Problem details: Each line in the records that mentions the word "IFCPRODUCTDEFINITIONSHAPE" needs to be listed.

Records:
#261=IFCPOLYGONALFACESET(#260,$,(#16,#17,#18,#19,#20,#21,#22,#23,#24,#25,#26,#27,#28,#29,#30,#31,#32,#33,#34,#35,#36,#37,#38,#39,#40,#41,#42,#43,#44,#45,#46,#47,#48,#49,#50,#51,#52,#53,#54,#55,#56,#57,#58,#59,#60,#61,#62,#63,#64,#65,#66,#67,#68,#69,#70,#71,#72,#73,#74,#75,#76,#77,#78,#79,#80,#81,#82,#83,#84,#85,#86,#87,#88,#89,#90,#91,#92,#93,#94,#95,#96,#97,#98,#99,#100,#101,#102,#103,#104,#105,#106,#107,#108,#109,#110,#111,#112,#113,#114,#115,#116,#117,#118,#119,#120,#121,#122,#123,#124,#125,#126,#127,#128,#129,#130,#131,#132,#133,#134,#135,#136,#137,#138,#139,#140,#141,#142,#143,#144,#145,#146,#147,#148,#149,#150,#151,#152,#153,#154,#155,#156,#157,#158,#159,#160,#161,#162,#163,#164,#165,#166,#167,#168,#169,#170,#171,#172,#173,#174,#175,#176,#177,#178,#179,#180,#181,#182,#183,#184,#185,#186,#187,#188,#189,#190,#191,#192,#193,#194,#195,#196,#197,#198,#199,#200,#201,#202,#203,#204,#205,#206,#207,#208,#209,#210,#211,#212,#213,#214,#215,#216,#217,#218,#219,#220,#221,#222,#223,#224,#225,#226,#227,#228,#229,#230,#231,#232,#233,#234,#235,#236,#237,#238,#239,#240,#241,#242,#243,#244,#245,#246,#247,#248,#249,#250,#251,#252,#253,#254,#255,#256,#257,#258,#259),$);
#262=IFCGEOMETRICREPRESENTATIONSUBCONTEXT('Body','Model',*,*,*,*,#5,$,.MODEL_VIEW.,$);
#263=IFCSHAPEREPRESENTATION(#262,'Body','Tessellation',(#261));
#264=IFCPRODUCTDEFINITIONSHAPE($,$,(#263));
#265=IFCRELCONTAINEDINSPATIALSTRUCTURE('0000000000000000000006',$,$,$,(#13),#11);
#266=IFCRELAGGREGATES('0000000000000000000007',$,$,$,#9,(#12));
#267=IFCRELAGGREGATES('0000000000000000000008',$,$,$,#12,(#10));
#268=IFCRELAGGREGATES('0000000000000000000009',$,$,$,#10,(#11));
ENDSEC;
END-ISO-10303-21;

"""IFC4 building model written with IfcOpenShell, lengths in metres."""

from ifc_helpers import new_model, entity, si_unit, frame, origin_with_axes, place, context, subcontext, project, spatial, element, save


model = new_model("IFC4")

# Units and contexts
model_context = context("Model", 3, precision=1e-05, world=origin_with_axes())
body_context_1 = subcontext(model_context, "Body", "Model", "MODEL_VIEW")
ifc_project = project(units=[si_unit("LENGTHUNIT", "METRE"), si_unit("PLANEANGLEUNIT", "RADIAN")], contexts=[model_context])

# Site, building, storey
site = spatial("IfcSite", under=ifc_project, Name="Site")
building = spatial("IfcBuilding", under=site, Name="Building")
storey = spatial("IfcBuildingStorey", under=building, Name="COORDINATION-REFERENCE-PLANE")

---

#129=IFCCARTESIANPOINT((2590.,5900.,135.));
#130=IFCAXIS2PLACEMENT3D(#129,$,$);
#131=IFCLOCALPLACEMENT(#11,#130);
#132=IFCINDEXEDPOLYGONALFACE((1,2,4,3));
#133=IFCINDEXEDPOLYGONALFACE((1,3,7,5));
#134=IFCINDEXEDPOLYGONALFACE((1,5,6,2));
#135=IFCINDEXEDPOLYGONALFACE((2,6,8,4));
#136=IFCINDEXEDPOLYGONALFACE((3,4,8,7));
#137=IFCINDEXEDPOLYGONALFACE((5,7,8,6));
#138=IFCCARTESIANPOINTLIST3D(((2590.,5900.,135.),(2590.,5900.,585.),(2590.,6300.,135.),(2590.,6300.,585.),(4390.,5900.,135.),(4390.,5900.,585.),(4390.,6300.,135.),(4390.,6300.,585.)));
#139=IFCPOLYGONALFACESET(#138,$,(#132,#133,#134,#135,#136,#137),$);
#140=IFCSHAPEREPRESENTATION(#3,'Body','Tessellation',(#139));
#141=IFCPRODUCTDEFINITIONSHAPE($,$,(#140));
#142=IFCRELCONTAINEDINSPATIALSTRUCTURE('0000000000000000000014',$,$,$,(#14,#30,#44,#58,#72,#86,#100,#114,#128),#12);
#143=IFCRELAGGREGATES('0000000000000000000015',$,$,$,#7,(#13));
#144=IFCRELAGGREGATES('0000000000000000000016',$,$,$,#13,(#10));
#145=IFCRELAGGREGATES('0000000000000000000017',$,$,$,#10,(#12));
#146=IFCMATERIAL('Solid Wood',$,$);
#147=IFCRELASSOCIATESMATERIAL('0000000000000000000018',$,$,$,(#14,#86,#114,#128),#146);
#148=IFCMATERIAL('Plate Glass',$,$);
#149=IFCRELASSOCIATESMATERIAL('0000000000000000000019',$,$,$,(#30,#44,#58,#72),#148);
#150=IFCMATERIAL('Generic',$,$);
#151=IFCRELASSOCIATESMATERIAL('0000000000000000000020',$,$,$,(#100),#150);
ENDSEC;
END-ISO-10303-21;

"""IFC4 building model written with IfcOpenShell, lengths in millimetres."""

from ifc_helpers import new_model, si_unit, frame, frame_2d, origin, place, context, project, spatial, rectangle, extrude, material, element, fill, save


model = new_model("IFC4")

Response to this task:
#264=IFCPRODUCTDEFINITIONSHAPE($,$,(#263));
#141=IFCPRODUCTDEFINITIONSHAPE($,$,(#140));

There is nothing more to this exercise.